When the very idea of breath is redecorated with mesmerizing philosophies it becomes a newly minted temple in the mindscape of the practitioner. These temples are our priorities. If the breath is then associated with both physical and psychological health it becomes more of a temple, like a Pagoda slowly adding floors. The breath becomes more impressive to us and now it's competing with the other great temples in our minds; family, career, diet, sleep, happiness, health, etc. Once the breath is seen as regal amongst all other phenomena, remember Prana and the elements, it becomes a thing to master. Compare this to brushing your teeth. Keeping the mouth clean is certainly a priority but to the vast majority, it isn't necessarily something to master. The breath to the yogi towers over most priorities. This is the metaphorical difference between a temple that is practiced within and the abandoned temples made and standing but hollow.

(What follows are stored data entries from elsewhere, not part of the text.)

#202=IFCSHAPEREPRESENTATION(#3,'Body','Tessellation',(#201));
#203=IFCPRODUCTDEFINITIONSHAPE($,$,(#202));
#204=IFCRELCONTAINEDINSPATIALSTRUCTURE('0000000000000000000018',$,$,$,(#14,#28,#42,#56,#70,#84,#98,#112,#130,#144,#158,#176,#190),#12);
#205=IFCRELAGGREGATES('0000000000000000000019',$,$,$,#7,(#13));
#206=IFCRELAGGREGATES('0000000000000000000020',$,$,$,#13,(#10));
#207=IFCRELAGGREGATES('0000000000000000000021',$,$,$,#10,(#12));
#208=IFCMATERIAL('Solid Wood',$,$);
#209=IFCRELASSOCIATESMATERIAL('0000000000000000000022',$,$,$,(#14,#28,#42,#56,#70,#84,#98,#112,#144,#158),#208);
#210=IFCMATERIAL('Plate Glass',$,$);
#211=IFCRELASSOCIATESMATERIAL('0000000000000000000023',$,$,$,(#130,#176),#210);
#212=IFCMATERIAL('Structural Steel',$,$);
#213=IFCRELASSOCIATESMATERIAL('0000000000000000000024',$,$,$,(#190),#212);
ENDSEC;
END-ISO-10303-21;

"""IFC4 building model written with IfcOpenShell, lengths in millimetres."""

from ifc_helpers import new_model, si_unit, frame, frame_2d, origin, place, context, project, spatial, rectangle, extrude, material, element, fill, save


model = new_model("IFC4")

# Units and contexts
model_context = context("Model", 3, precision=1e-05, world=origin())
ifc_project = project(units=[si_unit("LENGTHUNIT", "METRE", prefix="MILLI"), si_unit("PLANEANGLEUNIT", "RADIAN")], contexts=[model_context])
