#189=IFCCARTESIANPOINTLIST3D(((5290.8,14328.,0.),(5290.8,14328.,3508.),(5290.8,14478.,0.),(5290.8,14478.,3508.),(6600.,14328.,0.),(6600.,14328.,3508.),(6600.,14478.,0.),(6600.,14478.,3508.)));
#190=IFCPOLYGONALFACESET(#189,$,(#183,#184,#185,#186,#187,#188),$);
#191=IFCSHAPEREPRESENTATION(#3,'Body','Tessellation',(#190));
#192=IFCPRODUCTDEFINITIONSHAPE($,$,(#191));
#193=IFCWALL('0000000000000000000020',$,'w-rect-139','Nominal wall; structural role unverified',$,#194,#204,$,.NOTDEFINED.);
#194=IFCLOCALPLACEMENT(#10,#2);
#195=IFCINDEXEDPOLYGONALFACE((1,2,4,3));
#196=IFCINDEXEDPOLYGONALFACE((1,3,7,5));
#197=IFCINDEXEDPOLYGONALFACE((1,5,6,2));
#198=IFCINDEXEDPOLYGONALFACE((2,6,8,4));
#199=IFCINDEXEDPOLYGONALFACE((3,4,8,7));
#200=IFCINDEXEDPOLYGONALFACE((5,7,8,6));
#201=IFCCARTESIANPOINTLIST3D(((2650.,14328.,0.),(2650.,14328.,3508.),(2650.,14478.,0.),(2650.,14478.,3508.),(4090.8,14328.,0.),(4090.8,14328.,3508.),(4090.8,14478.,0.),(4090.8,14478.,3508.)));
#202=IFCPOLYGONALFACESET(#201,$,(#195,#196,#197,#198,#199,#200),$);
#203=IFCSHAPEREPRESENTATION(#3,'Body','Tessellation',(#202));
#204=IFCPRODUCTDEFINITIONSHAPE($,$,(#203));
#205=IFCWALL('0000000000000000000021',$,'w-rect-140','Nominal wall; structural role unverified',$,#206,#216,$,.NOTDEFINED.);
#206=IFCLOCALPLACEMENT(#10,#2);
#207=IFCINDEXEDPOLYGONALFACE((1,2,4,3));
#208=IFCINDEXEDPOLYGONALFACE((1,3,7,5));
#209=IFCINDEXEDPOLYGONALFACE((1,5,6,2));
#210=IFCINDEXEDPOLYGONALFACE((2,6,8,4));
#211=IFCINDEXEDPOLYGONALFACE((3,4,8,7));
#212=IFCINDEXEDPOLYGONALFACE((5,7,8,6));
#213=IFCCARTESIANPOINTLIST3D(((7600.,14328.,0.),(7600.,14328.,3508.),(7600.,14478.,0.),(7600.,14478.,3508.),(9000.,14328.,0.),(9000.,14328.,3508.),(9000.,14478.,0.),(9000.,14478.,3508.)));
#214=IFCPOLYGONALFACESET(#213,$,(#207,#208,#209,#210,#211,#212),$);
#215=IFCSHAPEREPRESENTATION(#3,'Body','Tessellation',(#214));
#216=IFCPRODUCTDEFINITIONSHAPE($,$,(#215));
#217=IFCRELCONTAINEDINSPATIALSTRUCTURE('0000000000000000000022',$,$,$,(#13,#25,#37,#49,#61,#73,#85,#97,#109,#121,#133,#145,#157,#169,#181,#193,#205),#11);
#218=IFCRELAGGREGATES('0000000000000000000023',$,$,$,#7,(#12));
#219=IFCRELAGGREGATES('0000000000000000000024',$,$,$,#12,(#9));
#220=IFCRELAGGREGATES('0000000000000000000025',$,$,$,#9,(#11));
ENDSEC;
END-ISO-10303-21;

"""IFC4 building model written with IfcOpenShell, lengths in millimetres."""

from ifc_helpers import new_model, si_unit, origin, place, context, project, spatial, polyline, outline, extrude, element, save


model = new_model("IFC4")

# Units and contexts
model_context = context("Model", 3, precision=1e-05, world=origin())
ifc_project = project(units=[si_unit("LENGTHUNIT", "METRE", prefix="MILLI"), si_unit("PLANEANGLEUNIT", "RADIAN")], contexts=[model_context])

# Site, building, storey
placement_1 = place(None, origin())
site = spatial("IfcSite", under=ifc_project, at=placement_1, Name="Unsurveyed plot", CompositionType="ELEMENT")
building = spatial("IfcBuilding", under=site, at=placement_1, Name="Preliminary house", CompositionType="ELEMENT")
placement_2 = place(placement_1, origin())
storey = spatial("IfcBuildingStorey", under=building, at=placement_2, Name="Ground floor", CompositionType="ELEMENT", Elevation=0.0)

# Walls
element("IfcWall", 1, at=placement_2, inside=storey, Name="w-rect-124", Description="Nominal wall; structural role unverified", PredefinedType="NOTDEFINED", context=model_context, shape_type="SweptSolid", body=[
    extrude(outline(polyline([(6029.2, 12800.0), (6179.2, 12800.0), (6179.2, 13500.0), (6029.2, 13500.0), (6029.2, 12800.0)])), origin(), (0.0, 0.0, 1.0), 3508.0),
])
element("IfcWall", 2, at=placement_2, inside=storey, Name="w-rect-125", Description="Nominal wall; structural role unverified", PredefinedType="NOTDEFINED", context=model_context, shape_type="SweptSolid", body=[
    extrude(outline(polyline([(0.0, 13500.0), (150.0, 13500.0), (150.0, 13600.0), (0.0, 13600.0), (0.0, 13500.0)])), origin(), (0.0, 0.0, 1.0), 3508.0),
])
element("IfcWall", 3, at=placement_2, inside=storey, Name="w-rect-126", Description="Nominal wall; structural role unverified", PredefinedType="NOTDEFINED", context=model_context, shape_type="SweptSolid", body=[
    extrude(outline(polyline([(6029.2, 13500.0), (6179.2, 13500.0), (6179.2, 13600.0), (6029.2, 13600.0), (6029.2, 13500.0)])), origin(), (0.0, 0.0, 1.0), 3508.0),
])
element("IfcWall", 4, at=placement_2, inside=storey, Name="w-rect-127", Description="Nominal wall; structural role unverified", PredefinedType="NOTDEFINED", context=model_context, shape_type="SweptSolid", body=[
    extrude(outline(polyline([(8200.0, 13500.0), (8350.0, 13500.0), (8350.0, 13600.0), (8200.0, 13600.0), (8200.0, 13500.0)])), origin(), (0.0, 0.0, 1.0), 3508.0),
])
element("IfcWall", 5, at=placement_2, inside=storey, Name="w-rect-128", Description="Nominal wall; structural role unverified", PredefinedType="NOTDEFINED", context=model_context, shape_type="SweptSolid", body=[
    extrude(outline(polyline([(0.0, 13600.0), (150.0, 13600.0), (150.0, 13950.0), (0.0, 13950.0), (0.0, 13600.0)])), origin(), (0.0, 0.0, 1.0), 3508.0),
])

The mastered breath, the living temple, builds physical and psychological peace within the anxious body and mind so that they both may fold into their own aliveness more easily. That is the mind awakeing becasue a mind, in the end, is destined to open into itself. You might fold into your blankets with greater joy when the day was successful. You might sleep more soundly when you have off the following day. The yogi's breath, through the reasons mentioned, is that next day off sort of night sleep. It is the sunlight that calls a flower to open its petals. It is not just the catalyst but the secret bliss of this process of self-reflection that can at other times be forceful, desperate, and painful. It is through pranayama, breathing techniques, that the false concerns and incessant worrying of the mind stop to reveal its ecstasy. When the nervous system is calmed and the blood is balanced the mind becomes an enjoyable experience. Only until the mind becomes enjoyable does the mind open. Much like a romance. It is only until two lovers see themselves as enjoyable do they become intimate. From there what can be said has been said in every poem of love and life. Two fish. Swimming eternally as one. Pranashakti. Cittashakti. Breath and mind. They affect each other. Open each other. Enter each other. Become each other. Breath peacefully. Diaphragmatically. Steadily. Through the nose. The mind will follow. Then the world will gleam, crystalline, as a reflection of this organized and intensified aliveness. This leads to more beauty. Nirvana. All of it, however, is a choice. That is the most valuable truth. It is our choice to hold ourselves the way we hold ourselves. It is our choice to breath a peaceful, trusting, invigorating breath. It is our choice to build temples of insight within our attitudes. It is a choice to know ourselves, a choice to unlearn ourselves, a choice to realize ourselves, again. What to do along the way? A breath will certainly be there.